There will be no fall in-water boat shows on the Great Lakes this year, as another major market event, the Metro Boat Show in Detroit, has been scrubbed by the Michigan Boating Industries Association. The show was slated for Sept. 17-20.
“We’ve been watching the numbers along with Gov. Whitmer, and even though we are confident that our safety protocols at this outdoor retail experience could keep consumers and exhibitors safe, the fact that the case numbers are going up again makes us pause,” said Pete Beauregard, show advisory committee chair. “We want to support all efforts to stop this virus, and we believe cancellation is the most prudent course of action for all our stakeholders.”
Executive director Nicki Polan also noted they wanted to make the decision now to free up dealers’ show dollars, which they can now direct to other marketing channels. “As an association, we will continue to urge prospective boat buyers to go directly to their local dealer for great deals and to see new 2021 models coming in regularly,” Polan added.
Looking ahead, like many other marine trade associations, Polan also emphasized that MBIA is fully committed to producing its full 2021 show schedule, including the Detroit Boat Show in January; the Novi Boat Show in March and the Metro Boat Show.
No Rush to Forgiveness
If you are among those participating in the Paycheck Protection Program and are concerned about getting through the forgiveness process, the heat may be off, as experts now say borrowers shouldn’t rush to apply.
First, long-needed clarifications of many PPP issues have yet to come from the Treasury Department and the Small Business Administration, which administers the program. Moreover, any forgiveness application doesn’t reflect the recent five-week program extension deadline to Aug. 8 signed by President Trump.
PPP loan recipients can have their loans forgiven in full if the funds were used for eligible expenses and other criteria are met. However, the amount of the loan forgiveness may be reduced based on the percentage of eligible costs attributed to non-payroll costs, any decrease in employee headcount, and decreases in salaries or wages per employee.
Adding to the confusion is that Congress is now set to battle out a new round of Covid-19 relief, which will likely include a second PPP. It could result in more changes — for example, relaxing the forgiveness requirements for the smallest loans of up to $100,000 or $150,000. But don’t look for SBA and Treasury to release needed FAQs before this new relief legislation is passed and signed by Trump. How all that will go is anyone’s guess.

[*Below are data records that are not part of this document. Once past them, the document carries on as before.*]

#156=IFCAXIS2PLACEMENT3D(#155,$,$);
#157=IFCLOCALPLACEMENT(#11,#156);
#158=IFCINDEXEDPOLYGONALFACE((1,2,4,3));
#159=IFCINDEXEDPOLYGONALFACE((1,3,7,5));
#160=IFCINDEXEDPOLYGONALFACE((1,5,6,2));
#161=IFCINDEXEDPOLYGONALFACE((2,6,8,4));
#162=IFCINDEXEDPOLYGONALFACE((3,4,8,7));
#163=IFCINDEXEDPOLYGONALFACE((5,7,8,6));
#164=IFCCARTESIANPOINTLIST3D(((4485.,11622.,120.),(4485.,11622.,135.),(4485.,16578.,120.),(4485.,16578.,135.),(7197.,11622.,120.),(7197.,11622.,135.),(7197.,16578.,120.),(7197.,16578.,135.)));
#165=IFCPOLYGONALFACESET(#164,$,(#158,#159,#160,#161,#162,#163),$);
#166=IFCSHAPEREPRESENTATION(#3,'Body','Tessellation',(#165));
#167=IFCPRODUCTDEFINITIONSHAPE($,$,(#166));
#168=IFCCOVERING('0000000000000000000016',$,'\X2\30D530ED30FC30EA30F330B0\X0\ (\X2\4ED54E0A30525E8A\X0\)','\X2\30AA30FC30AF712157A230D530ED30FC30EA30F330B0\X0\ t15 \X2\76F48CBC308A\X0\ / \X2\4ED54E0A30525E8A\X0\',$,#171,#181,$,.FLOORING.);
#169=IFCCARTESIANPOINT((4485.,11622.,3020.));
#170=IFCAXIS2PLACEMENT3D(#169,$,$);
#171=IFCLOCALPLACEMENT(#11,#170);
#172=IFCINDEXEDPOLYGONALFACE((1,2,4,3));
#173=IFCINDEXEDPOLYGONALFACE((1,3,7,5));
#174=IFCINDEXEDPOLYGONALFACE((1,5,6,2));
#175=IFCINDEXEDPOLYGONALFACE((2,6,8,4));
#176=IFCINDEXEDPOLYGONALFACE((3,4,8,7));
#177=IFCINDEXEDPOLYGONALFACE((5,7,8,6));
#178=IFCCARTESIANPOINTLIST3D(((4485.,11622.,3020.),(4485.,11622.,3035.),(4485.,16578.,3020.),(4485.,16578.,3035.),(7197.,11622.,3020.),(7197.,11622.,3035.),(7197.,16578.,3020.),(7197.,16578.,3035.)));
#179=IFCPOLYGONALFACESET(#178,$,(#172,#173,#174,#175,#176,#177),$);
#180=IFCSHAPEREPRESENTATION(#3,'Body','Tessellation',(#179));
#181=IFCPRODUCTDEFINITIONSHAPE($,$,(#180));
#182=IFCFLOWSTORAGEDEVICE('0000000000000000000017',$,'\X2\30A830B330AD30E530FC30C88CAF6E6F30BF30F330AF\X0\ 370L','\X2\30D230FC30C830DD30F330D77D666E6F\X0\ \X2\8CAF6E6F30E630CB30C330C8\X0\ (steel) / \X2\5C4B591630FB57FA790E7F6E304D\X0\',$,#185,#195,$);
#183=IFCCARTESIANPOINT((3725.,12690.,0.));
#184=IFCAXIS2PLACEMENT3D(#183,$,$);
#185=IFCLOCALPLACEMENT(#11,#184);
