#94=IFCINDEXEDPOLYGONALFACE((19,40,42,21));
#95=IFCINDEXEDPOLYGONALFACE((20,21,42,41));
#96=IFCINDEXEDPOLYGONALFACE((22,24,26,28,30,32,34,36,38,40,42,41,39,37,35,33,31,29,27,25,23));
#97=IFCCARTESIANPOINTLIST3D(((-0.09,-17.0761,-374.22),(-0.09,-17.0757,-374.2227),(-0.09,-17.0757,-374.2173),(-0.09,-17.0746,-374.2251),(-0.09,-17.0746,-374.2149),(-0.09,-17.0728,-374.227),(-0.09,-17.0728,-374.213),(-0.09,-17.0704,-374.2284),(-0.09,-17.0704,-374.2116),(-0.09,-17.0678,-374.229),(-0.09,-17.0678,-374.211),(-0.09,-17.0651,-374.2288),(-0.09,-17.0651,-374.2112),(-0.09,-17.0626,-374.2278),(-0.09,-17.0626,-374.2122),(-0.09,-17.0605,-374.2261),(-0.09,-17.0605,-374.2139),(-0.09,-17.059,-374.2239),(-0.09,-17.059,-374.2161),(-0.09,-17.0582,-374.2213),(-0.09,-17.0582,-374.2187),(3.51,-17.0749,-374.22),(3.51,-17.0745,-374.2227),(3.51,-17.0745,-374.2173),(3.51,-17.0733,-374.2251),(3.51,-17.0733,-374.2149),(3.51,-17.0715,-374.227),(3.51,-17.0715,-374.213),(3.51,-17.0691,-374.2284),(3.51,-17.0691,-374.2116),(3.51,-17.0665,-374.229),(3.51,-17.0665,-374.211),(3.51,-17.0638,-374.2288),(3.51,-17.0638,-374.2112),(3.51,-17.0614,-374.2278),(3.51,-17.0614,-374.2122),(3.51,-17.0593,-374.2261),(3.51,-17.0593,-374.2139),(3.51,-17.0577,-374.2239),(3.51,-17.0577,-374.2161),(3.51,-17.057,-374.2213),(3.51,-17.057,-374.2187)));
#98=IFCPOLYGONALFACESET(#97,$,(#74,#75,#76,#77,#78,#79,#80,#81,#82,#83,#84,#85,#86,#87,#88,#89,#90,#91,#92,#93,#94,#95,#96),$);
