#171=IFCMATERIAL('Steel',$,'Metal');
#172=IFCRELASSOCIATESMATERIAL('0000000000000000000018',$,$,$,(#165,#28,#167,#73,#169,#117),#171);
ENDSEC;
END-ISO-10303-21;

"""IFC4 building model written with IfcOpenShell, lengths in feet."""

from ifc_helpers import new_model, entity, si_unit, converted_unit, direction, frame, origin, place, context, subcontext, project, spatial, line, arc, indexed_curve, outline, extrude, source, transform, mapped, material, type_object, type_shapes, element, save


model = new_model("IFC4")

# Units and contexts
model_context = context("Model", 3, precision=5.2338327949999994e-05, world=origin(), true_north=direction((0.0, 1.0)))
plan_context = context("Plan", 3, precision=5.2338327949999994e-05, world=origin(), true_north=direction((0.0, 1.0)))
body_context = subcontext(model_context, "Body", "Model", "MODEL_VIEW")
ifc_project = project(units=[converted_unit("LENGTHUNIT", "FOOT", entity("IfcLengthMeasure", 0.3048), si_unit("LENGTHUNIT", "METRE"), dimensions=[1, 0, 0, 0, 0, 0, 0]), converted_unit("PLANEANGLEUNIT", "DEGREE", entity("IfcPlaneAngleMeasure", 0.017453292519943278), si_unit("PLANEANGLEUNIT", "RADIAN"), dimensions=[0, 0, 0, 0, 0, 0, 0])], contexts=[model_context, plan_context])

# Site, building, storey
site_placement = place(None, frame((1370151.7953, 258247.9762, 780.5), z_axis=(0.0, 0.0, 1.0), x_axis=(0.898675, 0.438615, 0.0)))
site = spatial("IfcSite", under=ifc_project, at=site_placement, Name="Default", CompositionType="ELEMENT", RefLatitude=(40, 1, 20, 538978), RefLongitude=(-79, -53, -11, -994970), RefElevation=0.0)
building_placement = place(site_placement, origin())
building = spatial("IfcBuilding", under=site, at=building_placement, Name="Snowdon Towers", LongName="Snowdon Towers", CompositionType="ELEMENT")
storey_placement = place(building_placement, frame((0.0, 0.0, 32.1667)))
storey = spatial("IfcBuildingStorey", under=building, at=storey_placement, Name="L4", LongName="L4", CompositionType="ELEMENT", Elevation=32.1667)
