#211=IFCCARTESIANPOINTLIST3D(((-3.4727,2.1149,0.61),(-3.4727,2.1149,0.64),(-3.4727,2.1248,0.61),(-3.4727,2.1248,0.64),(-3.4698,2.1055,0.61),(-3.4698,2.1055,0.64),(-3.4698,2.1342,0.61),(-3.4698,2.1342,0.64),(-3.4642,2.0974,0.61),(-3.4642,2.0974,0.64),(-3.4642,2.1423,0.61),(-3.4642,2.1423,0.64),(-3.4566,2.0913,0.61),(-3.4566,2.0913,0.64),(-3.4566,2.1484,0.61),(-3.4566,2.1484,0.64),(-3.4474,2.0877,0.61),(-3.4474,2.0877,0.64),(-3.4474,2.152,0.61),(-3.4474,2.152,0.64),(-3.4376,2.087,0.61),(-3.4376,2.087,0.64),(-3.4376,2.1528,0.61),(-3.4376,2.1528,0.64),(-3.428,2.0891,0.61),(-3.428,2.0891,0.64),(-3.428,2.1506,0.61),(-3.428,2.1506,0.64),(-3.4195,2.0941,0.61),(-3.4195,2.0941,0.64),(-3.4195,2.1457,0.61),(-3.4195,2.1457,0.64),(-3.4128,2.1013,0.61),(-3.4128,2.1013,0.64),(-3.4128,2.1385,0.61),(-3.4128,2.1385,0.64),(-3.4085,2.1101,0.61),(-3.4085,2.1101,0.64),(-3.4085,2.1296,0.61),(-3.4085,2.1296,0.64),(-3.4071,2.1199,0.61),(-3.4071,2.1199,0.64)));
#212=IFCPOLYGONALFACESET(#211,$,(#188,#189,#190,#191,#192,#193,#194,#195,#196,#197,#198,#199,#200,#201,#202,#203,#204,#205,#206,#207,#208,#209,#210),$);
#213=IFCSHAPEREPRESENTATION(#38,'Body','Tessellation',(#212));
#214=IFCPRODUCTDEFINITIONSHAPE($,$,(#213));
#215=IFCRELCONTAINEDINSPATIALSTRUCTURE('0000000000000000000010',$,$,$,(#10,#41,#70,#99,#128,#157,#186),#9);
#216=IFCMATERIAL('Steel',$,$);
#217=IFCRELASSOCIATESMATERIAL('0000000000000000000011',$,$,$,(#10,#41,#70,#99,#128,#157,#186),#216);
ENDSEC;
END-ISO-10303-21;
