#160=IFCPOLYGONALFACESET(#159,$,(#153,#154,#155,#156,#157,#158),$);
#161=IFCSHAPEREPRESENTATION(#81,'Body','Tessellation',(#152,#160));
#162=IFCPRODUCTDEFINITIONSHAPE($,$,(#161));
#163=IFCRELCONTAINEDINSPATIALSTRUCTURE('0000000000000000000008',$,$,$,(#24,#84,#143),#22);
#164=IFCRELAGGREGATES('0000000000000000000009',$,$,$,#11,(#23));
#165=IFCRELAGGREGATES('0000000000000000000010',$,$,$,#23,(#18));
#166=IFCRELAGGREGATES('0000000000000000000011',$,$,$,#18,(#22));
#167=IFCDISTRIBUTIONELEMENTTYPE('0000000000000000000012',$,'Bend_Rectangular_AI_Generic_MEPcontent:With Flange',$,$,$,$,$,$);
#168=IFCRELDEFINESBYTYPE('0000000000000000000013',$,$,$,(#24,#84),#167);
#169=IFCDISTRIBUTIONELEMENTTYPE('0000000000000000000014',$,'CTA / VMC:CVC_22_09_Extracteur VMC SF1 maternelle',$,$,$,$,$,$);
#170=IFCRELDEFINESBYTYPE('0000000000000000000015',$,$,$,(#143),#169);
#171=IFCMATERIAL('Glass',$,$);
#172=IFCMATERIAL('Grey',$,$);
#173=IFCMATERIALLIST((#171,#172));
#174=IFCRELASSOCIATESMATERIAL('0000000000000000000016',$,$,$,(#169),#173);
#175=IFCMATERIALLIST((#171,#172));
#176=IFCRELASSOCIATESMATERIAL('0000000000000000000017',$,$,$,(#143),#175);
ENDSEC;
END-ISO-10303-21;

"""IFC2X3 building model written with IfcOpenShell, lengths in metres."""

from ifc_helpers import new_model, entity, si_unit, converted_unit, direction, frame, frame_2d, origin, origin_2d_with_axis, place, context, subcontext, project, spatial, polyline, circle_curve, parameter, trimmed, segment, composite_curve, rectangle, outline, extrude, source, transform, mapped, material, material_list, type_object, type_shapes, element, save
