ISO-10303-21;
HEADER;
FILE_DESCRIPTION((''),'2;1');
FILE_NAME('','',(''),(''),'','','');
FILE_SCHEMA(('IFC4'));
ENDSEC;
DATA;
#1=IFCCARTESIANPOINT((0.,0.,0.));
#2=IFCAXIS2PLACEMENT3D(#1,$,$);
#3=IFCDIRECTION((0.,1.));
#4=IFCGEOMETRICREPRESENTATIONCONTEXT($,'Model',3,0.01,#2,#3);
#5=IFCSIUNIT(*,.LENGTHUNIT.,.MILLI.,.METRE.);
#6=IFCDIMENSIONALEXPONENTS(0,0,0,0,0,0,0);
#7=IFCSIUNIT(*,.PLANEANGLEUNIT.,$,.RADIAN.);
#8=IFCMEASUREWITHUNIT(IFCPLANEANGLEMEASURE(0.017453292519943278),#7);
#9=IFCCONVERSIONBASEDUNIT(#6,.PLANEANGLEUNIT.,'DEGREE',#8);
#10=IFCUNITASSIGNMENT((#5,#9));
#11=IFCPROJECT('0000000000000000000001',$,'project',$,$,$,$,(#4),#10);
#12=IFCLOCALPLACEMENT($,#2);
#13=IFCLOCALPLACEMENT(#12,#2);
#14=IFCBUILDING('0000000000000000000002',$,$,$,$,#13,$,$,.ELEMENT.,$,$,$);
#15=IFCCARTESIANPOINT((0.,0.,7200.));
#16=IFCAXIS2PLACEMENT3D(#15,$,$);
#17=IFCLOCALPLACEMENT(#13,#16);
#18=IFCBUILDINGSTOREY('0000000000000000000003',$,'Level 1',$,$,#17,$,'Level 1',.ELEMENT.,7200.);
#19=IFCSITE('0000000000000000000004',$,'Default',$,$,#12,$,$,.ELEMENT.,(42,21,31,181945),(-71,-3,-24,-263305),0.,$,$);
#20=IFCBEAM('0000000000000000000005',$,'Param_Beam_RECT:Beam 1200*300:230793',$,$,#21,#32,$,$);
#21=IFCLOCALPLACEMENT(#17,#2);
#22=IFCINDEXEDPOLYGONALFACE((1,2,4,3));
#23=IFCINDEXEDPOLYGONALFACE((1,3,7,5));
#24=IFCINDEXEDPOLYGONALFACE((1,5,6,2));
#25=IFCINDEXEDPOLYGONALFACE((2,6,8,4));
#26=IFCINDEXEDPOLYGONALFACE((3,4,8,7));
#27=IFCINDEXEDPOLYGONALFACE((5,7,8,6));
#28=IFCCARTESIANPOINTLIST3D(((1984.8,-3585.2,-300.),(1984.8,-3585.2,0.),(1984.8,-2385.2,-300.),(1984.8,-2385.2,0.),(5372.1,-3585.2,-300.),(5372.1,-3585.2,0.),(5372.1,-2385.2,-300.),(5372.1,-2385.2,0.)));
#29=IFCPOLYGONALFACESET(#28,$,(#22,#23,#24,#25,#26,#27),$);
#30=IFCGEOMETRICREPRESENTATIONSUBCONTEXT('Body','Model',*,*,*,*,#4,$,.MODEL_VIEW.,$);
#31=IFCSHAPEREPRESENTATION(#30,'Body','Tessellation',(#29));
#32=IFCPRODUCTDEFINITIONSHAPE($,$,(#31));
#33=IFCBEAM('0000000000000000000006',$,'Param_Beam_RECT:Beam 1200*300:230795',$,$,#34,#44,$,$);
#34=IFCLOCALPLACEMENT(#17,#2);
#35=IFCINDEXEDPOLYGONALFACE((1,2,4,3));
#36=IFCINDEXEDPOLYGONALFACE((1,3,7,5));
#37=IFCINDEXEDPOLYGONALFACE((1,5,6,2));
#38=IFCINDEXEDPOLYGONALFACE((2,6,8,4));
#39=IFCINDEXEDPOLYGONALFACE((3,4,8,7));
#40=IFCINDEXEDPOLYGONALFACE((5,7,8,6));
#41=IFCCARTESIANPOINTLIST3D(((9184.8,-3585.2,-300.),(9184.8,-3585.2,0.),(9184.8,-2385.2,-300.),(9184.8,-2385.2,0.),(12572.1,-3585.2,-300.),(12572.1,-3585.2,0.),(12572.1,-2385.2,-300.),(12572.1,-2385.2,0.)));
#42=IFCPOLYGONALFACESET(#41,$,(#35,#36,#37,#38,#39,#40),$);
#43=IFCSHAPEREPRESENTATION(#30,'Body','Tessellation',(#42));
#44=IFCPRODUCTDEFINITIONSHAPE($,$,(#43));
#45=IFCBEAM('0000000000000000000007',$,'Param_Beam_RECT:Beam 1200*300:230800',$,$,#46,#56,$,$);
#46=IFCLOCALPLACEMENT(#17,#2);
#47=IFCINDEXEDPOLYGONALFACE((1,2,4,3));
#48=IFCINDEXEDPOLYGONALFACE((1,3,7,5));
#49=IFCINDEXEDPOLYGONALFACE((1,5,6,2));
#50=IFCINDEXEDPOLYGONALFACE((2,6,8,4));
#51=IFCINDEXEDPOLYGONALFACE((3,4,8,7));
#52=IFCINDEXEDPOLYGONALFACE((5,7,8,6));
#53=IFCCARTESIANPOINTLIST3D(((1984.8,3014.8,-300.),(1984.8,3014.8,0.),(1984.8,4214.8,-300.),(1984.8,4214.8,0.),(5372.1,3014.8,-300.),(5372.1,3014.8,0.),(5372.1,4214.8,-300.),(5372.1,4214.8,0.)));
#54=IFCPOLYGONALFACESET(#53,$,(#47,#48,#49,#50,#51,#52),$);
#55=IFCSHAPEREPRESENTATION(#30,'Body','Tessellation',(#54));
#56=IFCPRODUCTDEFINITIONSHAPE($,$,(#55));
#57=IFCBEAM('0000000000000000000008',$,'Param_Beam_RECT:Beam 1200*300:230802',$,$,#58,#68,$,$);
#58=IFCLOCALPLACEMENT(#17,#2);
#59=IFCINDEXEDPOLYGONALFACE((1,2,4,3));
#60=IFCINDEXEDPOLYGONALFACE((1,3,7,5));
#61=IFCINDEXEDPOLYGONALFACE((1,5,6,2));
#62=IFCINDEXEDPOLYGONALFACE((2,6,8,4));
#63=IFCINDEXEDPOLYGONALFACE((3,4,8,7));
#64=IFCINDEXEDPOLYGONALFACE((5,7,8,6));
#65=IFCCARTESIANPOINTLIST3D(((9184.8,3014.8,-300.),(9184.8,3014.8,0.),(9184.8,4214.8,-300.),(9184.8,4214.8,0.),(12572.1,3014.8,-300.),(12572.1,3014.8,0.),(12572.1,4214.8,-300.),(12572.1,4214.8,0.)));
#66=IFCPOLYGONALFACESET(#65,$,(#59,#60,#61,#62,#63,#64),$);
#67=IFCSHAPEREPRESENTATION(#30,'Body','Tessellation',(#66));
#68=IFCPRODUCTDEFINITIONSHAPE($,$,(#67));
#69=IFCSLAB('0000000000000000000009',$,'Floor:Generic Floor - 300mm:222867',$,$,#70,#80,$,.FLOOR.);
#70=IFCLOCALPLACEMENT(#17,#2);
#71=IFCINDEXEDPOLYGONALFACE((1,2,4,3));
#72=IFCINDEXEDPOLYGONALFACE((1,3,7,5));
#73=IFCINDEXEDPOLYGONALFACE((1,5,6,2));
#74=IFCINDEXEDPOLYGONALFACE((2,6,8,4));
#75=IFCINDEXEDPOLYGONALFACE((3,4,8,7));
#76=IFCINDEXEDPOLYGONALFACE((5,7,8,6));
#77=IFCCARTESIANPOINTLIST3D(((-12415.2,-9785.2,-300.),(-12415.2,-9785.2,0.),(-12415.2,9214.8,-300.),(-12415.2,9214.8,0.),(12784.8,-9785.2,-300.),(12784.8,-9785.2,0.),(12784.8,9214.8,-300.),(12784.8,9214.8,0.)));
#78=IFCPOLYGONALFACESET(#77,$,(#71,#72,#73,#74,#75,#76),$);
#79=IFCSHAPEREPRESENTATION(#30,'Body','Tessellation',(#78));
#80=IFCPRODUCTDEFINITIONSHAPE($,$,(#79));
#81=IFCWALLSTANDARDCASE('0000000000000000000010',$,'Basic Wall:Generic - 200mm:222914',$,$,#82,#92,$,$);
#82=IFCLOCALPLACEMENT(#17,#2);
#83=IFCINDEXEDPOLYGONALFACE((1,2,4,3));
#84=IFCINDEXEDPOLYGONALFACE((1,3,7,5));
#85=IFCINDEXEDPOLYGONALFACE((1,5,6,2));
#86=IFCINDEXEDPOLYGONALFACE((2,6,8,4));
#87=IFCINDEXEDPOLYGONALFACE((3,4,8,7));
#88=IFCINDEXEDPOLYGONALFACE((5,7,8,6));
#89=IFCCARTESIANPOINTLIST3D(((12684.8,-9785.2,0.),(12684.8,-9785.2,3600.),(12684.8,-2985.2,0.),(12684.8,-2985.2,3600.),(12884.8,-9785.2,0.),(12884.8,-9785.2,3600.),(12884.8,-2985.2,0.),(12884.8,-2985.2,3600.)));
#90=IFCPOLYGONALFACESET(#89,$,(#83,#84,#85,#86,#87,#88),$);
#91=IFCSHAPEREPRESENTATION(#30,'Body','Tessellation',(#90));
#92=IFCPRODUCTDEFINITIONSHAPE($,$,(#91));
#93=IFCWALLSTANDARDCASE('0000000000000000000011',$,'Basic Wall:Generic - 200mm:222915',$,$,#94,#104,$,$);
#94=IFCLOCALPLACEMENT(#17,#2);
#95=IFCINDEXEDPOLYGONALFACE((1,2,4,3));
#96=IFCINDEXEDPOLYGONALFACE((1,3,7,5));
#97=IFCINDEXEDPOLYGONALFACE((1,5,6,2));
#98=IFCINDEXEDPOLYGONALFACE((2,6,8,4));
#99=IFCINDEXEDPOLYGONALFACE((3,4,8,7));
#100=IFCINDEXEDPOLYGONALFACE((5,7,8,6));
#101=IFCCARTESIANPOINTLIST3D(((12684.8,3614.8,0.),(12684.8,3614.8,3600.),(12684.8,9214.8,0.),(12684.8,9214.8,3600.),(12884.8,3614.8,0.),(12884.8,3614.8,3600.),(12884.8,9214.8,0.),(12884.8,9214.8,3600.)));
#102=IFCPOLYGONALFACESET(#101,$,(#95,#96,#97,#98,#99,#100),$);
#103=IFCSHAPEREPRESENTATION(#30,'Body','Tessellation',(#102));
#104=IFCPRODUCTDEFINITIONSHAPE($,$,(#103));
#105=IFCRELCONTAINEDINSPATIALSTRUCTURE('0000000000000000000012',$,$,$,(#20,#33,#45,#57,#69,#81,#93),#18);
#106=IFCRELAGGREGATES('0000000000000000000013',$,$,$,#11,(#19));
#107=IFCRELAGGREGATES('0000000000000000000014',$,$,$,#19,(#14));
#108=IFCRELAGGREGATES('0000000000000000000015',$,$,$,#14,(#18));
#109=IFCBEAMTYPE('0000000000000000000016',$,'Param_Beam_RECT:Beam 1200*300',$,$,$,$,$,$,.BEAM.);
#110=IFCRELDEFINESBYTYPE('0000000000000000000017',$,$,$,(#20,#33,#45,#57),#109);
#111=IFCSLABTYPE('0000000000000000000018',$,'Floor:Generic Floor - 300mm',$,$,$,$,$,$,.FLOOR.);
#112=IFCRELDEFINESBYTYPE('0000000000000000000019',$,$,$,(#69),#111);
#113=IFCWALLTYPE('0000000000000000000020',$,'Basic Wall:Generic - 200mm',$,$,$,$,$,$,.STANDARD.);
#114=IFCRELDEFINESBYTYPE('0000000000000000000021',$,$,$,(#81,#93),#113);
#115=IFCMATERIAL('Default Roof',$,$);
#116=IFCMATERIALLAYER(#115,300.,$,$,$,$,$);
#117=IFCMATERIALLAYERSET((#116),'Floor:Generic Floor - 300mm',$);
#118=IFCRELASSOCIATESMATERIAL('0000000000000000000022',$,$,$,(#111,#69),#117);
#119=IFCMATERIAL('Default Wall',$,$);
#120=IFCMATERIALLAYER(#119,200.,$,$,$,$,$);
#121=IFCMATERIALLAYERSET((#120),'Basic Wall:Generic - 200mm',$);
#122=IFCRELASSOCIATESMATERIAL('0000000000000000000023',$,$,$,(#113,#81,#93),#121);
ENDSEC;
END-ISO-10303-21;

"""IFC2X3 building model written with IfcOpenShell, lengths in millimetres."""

from ifc_helpers import new_model, entity, si_unit, converted_unit, direction, frame, frame_2d, origin, origin_2d_with_axis, place, context, subcontext, project, spatial, rectangle, extrude, material, layer, layer_set, layer_usage, type_object, element, save


model = new_model("IFC2X3")

# Units and contexts
model_context = context("Model", 3, precision=0.01, world=origin(), true_north=direction((0.0, 1.0)))
body_context = subcontext(model_context, "Body", "Model", "MODEL_VIEW")
ifc_project = project(units=[si_unit("LENGTHUNIT", "METRE", prefix="MILLI"), converted_unit("PLANEANGLEUNIT", "DEGREE", entity("IfcPlaneAngleMeasure", 0.017453292519943278), si_unit("PLANEANGLEUNIT", "RADIAN"), dimensions=[0, 0, 0, 0, 0, 0, 0])], contexts=[model_context])

# Site, building, storey
site_placement = place(None, origin())
site = spatial("IfcSite", under=ifc_project, at=site_placement, Name="Default", CompositionType="ELEMENT", RefLatitude=(42, 21, 31, 181945), RefLongitude=(-71, -3, -24, -263305), RefElevation=0.0)
building_placement = place(site_placement, origin())
building = spatial("IfcBuilding", under=site, at=building_placement, CompositionType="ELEMENT")
storey_placement = place(building_placement, frame((0.0, 0.0, 7200.0)))
storey = spatial("IfcBuildingStorey", under=building, at=storey_placement, Name="Level 1", LongName="Level 1", CompositionType="ELEMENT", Elevation=7200.0)

# Beams
beam_type_1 = type_object("IfcBeamType", Name="Param_Beam_RECT:Beam 1200*300", PredefinedType="BEAM")
beam_1_placement = place(storey_placement, frame((1984.8, -2985.2, 0.0)))
element("IfcBeam", 1, at=beam_1_placement, inside=storey, type_object=beam_type_1, Name="Param_Beam_RECT:Beam 1200*300:230793", context=body_context, shape_type="SweptSolid", body=[
    extrude(rectangle(XDim=300.0, YDim=1200.0, at=frame_2d((0.0, 0.0), x_axis=(1.0, 0.0))), frame((0.0, 0.0, -150.0), z_axis=(1.0, 0.0, 0.0), x_axis=(0.0, 0.0, -1.0)), (0.0, 0.0, 1.0), 3387.3),
])
beam_2_placement = place(storey_placement, frame((9184.8, -2985.2, 0.0)))
element("IfcBeam", 2, at=beam_2_placement, inside=storey, type_object=beam_type_1, Name="Param_Beam_RECT:Beam 1200*300:230795", context=body_context, shape_type="SweptSolid", body=[
    extrude(rectangle(XDim=300.0, YDim=1200.0, at=frame_2d((0.0, 0.0), x_axis=(1.0, 0.0))), frame((0.0, 0.0, -150.0), z_axis=(1.0, 0.0, 0.0), x_axis=(0.0, 0.0, -1.0)), (0.0, 0.0, 1.0), 3387.3),
])
beam_3_placement = place(storey_placement, frame((1984.8, 3614.8, 0.0)))
element("IfcBeam", 3, at=beam_3_placement, inside=storey, type_object=beam_type_1, Name="Param_Beam_RECT:Beam 1200*300:230800", context=body_context, shape_type="SweptSolid", body=[
    extrude(rectangle(XDim=300.0, YDim=1200.0, at=frame_2d((0.0, 0.0), x_axis=(1.0, 0.0))), frame((0.0, 0.0, -150.0), z_axis=(1.0, 0.0, 0.0), x_axis=(0.0, 0.0, -1.0)), (0.0, 0.0, 1.0), 3387.3),
])
beam_4_placement = place(storey_placement, frame((9184.8, 3614.8, 0.0)))
element("IfcBeam", 4, at=beam_4_placement, inside=storey, type_object=beam_type_1, Name="Param_Beam_RECT:Beam 1200*300:230802", context=body_context, shape_type="SweptSolid", body=[
    extrude(rectangle(XDim=300.0, YDim=1200.0, at=frame_2d((0.0, 0.0), x_axis=(1.0, 0.0))), frame((0.0, 0.0, -150.0), z_axis=(1.0, 0.0, 0.0), x_axis=(0.0, 0.0, -1.0)), (0.0, 0.0, 1.0), 3387.3),
])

Meanwhile, if you are in the PPP and are eager to complete the forgiveness process, the best advice is to relax. The key existing deadline for forgiveness doesn’t come until 10 months after the end of your loan’s covered period. Currently, only if forgiveness forms have not been submitted at that point would the funds revert to a loan requiring repayment. Anyway, the SBA has also announced it will not begin accepting PPP forgiveness submissions from lenders until a new software-as-a-service platform that’s under development starts up Aug. 10.
Still confused? How about this: SBA is also saying the launch could be delayed if any new legislation changes the forgiveness process in ways that require changes to the new platform.